_What you will do:_ The response should hold each line from the entries below where "IFCSIUNIT" is found.

Records contained in a dataset
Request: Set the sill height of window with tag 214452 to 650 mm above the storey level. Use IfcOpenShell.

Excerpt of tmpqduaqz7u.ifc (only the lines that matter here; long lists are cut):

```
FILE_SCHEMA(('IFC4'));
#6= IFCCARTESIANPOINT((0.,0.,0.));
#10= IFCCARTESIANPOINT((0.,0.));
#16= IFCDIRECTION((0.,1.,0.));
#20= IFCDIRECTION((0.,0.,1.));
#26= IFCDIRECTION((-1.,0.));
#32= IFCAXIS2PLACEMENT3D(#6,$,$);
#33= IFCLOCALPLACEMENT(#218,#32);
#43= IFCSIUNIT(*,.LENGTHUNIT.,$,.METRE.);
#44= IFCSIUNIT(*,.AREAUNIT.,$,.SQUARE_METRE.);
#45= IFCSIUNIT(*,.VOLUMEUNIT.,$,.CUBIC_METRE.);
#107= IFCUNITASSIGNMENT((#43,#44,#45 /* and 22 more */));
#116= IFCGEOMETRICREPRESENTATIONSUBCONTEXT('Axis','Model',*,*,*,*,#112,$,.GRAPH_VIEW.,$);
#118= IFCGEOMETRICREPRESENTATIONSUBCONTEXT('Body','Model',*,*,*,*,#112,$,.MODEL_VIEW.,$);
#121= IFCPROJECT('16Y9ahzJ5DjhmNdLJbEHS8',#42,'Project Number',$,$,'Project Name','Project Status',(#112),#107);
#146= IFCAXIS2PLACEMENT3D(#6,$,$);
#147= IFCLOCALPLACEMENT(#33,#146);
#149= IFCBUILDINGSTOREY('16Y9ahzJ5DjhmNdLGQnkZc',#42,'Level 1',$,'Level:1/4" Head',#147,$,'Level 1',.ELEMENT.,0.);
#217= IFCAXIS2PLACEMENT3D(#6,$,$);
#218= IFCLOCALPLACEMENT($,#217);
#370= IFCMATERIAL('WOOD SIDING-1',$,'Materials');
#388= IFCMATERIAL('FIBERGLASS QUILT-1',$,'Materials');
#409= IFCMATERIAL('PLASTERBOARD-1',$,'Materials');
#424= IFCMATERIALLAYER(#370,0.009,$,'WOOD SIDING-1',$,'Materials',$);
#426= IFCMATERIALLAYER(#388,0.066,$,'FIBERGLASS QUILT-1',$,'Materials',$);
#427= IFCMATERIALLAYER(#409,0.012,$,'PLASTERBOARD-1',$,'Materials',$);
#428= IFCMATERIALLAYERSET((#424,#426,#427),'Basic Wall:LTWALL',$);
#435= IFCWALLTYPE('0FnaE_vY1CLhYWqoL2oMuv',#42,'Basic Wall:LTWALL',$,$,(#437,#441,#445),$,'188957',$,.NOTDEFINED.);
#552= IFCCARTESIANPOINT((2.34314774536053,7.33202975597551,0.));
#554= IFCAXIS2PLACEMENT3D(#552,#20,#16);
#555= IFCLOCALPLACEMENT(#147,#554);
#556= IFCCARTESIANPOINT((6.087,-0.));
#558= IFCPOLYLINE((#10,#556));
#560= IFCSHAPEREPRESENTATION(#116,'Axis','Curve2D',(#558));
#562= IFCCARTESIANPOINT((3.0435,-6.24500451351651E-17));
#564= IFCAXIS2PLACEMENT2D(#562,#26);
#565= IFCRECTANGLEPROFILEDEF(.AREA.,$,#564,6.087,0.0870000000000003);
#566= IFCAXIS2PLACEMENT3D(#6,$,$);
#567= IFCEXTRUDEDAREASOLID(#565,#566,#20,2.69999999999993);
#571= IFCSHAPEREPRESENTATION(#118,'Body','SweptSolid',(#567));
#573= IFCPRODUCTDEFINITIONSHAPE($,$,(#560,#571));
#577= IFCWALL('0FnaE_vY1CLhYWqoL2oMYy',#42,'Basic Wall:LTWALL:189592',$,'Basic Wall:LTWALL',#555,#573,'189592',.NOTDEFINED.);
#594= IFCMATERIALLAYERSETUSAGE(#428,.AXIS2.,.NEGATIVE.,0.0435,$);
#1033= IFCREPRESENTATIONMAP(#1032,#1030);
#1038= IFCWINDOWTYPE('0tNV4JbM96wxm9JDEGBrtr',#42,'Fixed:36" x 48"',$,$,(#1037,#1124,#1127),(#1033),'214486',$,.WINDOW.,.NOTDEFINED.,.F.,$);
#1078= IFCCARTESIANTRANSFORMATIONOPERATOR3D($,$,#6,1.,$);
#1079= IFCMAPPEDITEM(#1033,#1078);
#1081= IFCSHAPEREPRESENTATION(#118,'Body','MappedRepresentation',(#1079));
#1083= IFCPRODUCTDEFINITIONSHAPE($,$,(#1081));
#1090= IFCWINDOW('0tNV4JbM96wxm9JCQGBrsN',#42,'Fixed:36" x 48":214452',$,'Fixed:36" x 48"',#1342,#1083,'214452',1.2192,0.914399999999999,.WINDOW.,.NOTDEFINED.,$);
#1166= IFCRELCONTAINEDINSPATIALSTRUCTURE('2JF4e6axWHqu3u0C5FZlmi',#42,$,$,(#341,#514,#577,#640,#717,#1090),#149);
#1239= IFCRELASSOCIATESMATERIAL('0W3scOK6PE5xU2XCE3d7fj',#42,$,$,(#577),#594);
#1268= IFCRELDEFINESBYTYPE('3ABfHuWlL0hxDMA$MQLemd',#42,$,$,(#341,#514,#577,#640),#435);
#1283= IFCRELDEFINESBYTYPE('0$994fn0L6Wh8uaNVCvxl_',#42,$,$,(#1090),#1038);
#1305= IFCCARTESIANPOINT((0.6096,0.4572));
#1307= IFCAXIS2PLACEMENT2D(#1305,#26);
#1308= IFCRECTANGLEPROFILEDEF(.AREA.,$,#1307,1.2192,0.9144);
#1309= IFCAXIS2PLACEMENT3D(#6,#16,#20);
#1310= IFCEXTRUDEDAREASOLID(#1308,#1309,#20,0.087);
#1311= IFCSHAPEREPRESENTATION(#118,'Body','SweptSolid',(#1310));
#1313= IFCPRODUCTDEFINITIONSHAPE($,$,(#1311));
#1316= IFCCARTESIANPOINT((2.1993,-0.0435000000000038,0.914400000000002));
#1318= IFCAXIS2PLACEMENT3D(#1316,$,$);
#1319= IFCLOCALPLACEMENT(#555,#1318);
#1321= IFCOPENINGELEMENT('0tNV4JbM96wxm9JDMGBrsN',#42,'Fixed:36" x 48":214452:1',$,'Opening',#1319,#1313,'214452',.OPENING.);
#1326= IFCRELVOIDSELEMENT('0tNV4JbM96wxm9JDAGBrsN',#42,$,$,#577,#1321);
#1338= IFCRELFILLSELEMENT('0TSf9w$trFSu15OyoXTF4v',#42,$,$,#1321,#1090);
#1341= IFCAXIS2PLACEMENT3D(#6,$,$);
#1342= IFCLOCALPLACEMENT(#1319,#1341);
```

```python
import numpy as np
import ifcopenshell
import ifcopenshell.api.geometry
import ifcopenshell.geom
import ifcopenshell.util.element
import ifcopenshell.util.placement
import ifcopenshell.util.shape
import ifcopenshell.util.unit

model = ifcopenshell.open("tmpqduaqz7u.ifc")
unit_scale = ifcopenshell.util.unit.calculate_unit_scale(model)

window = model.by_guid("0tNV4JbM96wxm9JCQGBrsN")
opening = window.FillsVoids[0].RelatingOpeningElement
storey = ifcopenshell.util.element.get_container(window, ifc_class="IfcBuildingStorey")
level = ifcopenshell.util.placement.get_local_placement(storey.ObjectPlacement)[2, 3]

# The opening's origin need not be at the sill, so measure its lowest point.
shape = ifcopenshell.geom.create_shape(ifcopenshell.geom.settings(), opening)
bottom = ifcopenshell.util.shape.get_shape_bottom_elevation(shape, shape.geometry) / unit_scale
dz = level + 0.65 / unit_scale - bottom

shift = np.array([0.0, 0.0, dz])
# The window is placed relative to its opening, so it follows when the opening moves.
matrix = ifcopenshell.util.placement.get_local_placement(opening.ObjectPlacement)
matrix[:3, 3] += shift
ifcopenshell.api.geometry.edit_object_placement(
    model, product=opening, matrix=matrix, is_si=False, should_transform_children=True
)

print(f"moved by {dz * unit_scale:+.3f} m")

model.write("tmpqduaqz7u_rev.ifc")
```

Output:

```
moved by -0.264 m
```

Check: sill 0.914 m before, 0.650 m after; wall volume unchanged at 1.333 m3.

_Reply:_
#43= IFCSIUNIT(*,.LENGTHUNIT.,$,.METRE.);
#44= IFCSIUNIT(*,.AREAUNIT.,$,.SQUARE_METRE.);
#45= IFCSIUNIT(*,.VOLUMEUNIT.,$,.CUBIC_METRE.);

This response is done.